[INPUT DATA Boundary: Start]

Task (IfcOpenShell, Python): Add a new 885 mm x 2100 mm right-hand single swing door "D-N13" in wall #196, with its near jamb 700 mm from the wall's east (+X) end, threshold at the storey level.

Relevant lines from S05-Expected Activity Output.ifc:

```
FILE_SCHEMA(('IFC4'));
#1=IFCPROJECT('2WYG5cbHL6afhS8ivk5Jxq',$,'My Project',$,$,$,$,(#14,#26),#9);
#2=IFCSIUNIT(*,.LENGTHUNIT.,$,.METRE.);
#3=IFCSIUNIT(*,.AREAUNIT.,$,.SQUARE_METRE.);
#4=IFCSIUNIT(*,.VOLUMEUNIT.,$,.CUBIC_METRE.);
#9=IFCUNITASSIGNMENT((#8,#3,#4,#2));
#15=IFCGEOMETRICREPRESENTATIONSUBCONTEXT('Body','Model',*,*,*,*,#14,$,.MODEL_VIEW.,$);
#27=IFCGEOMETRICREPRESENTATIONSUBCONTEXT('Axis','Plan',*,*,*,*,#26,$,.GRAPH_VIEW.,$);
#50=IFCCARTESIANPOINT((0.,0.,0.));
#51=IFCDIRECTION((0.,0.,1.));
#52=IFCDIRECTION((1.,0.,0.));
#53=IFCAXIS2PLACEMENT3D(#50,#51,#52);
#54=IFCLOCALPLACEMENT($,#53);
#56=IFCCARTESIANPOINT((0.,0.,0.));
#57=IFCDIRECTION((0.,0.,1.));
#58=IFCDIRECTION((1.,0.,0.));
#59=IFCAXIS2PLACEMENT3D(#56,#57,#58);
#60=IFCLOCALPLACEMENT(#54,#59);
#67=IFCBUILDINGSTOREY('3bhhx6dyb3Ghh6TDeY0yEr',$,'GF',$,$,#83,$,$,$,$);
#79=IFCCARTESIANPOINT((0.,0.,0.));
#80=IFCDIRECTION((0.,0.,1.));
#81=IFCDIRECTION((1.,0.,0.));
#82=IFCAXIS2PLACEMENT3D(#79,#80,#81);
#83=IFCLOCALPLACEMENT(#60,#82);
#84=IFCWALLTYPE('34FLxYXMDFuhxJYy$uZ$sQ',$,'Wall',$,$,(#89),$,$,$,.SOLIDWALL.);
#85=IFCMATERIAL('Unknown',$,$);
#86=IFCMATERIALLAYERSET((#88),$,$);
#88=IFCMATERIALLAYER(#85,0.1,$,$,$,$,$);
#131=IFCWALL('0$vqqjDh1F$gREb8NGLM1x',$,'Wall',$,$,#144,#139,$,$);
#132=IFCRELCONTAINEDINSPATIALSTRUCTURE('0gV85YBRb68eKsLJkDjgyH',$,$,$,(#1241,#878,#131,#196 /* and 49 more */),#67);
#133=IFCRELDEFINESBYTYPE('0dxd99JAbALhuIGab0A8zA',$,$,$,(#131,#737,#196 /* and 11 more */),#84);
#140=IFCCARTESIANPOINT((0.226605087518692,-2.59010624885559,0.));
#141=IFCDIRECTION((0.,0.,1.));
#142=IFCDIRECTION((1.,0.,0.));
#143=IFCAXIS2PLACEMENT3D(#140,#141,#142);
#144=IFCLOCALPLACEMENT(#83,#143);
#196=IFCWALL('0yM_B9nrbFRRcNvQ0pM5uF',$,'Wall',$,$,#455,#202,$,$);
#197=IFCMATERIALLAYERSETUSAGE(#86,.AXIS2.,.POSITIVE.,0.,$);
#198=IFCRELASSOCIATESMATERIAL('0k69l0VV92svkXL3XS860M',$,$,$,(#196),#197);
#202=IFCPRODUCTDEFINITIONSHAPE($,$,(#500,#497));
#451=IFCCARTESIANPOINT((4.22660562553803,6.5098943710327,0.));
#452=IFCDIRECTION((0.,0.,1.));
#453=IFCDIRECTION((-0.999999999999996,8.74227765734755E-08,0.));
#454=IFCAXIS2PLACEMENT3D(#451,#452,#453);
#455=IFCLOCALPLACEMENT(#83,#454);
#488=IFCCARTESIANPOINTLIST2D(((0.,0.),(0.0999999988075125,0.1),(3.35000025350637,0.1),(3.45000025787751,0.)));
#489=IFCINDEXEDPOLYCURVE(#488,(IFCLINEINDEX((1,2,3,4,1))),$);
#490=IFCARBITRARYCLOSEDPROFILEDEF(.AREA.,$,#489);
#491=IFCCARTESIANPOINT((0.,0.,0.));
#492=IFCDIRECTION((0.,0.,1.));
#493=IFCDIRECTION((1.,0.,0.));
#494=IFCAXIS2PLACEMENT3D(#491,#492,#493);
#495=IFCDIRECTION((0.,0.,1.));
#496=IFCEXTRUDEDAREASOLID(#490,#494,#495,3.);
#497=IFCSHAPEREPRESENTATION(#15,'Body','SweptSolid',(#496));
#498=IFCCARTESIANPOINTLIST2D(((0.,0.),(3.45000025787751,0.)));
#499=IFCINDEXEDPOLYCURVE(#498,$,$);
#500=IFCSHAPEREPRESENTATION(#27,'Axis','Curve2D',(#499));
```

```python
import numpy as np
import ifcopenshell
import ifcopenshell.api.feature
import ifcopenshell.api.geometry
import ifcopenshell.api.root
import ifcopenshell.api.spatial
import ifcopenshell.geom
import ifcopenshell.util.element
import ifcopenshell.util.placement
import ifcopenshell.util.representation
import ifcopenshell.util.shape
import ifcopenshell.util.unit

model = ifcopenshell.open("S05-Expected Activity Output.ifc")
unit_scale = ifcopenshell.util.unit.calculate_unit_scale(model)
settings = ifcopenshell.geom.settings()


def volume(element):
    """Net volume in cubic metres, openings subtracted."""
    shape = ifcopenshell.geom.create_shape(settings, element)
    return ifcopenshell.util.shape.get_volume(shape.geometry)


wall = model.by_guid("0yM_B9nrbFRRcNvQ0pM5uF")
storey = ifcopenshell.util.element.get_container(wall, ifc_class="IfcBuildingStorey")
context = ifcopenshell.util.representation.get_context(model, "Model", "Body", "MODEL_VIEW")
before = volume(wall)

width, height, from_end, sill = 0.885, 2.1, 0.7, 0.0  # metres

# The wall runs along its own X axis, and the end named is its -X end.
wall_shape = ifcopenshell.geom.create_shape(settings, wall)
x, y, z = ifcopenshell.util.shape.get_vertices(wall_shape.geometry).T
start = x.min() + from_end
face, thickness = float(y.min()), float(y.max() - y.min())
wall_matrix = ifcopenshell.util.placement.get_local_placement(wall.ObjectPlacement)
level = ifcopenshell.util.placement.get_local_placement(storey.ObjectPlacement)[2, 3]


def in_wall(x, y):
    """Placement at x, y metres in the wall's axes, at sill height."""
    matrix = wall_matrix.copy()
    matrix[:, 3] = wall_matrix @ np.array([x / unit_scale, y / unit_scale, 0.0, 1.0])
    matrix[2, 3] = level + sill / unit_scale
    return matrix


# Opening: a box that overshoots both wall faces by 50 mm.
opening = ifcopenshell.api.root.create_entity(model, ifc_class="IfcOpeningElement", predefined_type="OPENING")
box = ifcopenshell.api.geometry.add_wall_representation(
    model, context=context, length=width, height=height, thickness=thickness + 0.1
)
ifcopenshell.api.geometry.assign_representation(model, product=opening, representation=box)
ifcopenshell.api.geometry.edit_object_placement(model, product=opening, matrix=in_wall(start, face - 0.05), is_si=False)
ifcopenshell.api.feature.add_feature(model, feature=opening, element=wall)

door = ifcopenshell.api.root.create_entity(model, ifc_class="IfcDoor", name="D-N13", predefined_type="DOOR")
door.OverallWidth, door.OverallHeight = width / unit_scale, height / unit_scale
door.OperationType = "SINGLE_SWING_RIGHT"
body = ifcopenshell.api.geometry.add_door_representation(
    model,
    context=context,
    overall_width=door.OverallWidth,
    overall_height=door.OverallHeight,
    operation_type="SINGLE_SWING_RIGHT",
    lining_properties={"LiningDepth": thickness / unit_scale, "ThresholdDepth": thickness / unit_scale},
)
ifcopenshell.api.geometry.assign_representation(model, product=door, representation=body)
ifcopenshell.api.spatial.assign_container(model, products=[door], relating_structure=storey)
ifcopenshell.api.feature.add_filling(model, opening=opening, element=door)

# The lining spans the wall, so the door starts at the wall face.
ifcopenshell.api.geometry.edit_object_placement(model, product=door, matrix=in_wall(start, face), is_si=False)

after = volume(wall)

print(f"wall volume {before:.3f} -> {after:.3f} m3")

model.write("S05-Expected Activity Output_updated.ifc")
```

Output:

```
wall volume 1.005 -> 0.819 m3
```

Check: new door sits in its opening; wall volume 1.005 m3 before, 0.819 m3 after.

[INPUT DATA Boundary: End]

Which of the lines in the data hold the string "more"? Report each of them by copying it.

#132=IFCRELCONTAINEDINSPATIALSTRUCTURE('0gV85YBRb68eKsLJkDjgyH',$,$,$,(#1241,#878,#131,#196 /* and 49 more */),#67);
#133=IFCRELDEFINESBYTYPE('0dxd99JAbALhuIGab0A8zA',$,$,$,(#131,#737,#196 /* and 11 more */),#84);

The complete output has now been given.